Among the records, which lines include "MappedRepresentation"? List them.

- Study material:
________

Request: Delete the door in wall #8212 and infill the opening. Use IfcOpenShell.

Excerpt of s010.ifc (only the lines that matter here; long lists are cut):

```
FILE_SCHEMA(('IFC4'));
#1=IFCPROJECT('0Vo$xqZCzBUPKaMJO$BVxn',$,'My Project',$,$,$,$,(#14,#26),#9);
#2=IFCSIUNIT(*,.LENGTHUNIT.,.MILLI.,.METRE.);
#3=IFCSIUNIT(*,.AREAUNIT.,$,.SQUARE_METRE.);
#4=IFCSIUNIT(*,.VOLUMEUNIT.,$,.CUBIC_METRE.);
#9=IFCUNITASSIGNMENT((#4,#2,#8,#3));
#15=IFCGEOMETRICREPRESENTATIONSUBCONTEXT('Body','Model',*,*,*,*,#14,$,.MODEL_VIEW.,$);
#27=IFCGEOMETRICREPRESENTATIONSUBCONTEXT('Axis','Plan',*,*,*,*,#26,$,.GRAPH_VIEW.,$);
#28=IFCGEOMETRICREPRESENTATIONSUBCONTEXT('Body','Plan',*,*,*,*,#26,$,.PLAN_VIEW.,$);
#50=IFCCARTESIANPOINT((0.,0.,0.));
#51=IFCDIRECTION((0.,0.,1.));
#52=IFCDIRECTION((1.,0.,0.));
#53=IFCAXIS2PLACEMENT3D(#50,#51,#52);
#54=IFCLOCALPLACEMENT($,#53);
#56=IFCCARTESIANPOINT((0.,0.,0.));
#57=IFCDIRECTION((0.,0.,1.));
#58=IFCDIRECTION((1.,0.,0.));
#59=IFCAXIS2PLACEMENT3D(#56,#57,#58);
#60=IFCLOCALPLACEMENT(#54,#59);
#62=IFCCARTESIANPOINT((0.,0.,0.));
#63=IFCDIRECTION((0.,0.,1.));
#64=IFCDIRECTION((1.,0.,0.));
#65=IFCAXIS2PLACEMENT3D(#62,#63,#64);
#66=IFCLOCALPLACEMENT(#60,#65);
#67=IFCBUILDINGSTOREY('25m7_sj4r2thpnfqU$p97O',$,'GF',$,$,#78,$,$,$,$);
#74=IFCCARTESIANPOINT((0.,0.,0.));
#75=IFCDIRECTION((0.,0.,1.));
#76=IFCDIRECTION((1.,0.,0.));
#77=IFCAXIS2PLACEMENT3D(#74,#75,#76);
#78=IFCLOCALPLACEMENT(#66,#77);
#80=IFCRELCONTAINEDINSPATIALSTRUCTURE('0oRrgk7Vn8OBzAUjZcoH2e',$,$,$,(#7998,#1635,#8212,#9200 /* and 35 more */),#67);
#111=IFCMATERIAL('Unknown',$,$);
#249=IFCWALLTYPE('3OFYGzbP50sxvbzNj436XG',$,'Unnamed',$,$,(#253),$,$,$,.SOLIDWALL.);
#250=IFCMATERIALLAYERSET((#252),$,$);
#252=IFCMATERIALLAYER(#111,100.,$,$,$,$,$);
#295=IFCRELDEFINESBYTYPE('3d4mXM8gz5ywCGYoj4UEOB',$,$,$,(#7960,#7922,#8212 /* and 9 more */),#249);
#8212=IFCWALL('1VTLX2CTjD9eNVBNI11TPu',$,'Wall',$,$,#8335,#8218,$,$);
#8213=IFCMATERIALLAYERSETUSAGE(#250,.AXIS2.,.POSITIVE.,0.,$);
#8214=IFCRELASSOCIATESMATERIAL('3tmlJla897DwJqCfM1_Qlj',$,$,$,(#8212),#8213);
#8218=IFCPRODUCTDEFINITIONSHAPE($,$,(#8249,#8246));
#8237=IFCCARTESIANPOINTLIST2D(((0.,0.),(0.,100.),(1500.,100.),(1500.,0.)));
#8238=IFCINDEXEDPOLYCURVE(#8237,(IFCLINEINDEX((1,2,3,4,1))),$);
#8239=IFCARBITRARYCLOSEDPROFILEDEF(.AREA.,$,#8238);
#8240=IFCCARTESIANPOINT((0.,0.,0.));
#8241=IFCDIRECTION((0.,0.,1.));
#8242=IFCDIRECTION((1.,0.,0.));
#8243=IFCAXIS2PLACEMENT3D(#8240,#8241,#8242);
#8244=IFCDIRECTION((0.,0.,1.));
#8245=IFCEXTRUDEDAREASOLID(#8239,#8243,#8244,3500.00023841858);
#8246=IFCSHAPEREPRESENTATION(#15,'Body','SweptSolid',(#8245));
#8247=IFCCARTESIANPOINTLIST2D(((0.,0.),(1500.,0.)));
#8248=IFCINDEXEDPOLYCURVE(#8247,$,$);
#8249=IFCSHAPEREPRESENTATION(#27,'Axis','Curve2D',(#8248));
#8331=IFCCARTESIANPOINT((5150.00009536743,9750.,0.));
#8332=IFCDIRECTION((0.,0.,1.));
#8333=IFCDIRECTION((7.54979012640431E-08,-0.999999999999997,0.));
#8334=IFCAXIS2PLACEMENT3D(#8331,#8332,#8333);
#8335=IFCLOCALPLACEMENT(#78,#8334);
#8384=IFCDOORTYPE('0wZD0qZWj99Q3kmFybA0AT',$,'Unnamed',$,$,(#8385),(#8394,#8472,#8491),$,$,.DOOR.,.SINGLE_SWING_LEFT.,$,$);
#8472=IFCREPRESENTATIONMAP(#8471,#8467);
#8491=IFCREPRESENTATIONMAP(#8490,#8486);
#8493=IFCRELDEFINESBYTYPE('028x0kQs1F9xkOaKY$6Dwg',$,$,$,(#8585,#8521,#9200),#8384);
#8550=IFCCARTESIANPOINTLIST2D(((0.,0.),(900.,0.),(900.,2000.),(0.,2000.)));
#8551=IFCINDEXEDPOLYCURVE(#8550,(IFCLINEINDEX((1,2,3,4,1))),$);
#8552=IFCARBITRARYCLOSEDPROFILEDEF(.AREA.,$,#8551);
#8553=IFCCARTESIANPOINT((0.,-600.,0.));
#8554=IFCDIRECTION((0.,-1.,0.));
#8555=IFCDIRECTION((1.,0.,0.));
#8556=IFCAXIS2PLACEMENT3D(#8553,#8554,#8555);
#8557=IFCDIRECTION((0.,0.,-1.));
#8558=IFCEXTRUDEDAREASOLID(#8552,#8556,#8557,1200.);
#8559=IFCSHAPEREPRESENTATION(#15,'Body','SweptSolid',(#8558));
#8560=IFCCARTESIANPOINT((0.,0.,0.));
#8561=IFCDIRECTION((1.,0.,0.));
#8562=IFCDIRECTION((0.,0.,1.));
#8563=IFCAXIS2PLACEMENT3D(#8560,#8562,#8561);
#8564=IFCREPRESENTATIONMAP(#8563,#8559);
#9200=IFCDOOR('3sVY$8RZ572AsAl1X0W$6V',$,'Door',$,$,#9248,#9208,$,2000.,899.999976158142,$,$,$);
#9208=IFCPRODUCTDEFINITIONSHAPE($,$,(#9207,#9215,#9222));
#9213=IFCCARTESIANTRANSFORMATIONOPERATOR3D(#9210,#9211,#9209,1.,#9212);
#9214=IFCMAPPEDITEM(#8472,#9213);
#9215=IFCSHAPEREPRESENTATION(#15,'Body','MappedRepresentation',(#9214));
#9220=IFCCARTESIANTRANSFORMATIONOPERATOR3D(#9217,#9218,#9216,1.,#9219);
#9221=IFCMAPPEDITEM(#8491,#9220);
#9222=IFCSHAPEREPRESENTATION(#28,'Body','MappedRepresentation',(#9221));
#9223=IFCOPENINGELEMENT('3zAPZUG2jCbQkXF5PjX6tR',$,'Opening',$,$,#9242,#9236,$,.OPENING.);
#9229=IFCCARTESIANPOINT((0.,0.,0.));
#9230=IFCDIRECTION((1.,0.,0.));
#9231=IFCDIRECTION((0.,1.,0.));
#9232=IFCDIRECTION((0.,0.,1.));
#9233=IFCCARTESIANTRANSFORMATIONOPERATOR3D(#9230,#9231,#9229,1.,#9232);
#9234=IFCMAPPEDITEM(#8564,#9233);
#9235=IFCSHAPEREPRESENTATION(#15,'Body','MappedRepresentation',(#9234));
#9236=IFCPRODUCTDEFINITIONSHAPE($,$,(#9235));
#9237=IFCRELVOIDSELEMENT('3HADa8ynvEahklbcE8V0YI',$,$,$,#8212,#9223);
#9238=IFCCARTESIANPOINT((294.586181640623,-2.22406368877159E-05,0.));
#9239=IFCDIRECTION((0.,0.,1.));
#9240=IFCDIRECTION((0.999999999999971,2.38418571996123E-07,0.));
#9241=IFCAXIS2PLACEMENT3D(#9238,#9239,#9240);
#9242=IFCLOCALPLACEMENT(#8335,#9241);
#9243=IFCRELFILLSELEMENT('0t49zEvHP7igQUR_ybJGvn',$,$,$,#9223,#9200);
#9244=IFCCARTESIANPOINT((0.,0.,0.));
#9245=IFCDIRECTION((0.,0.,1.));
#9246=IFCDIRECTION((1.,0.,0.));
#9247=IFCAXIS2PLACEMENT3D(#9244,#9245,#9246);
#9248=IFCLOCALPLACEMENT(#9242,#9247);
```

```python
import ifcopenshell
import ifcopenshell.api.feature
import ifcopenshell.api.root
import ifcopenshell.geom
import ifcopenshell.util.shape

model = ifcopenshell.open("s010.ifc")
settings = ifcopenshell.geom.settings()


def volume(element):
    """Net volume in cubic metres, openings subtracted."""
    shape = ifcopenshell.geom.create_shape(settings, element)
    return ifcopenshell.util.shape.get_volume(shape.geometry)


door = model.by_guid("3sVY$8RZ572AsAl1X0W$6V")
opening = door.FillsVoids[0].RelatingOpeningElement
wall = opening.VoidsElements[0].RelatingBuildingElement
before = volume(wall)

ifcopenshell.api.root.remove_product(model, product=door)
ifcopenshell.api.feature.remove_feature(model, feature=opening)

after = volume(wall)

print(f"wall volume {before:.3f} -> {after:.3f} m3")

model.write("s010_v2.ifc")
```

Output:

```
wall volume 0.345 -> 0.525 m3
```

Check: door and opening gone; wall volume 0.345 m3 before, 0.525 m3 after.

________

- Solution:
#9215=IFCSHAPEREPRESENTATION(#15,'Body','MappedRepresentation',(#9214));
#9222=IFCSHAPEREPRESENTATION(#28,'Body','MappedRepresentation',(#9221));
#9235=IFCSHAPEREPRESENTATION(#15,'Body','MappedRepresentation',(#9234));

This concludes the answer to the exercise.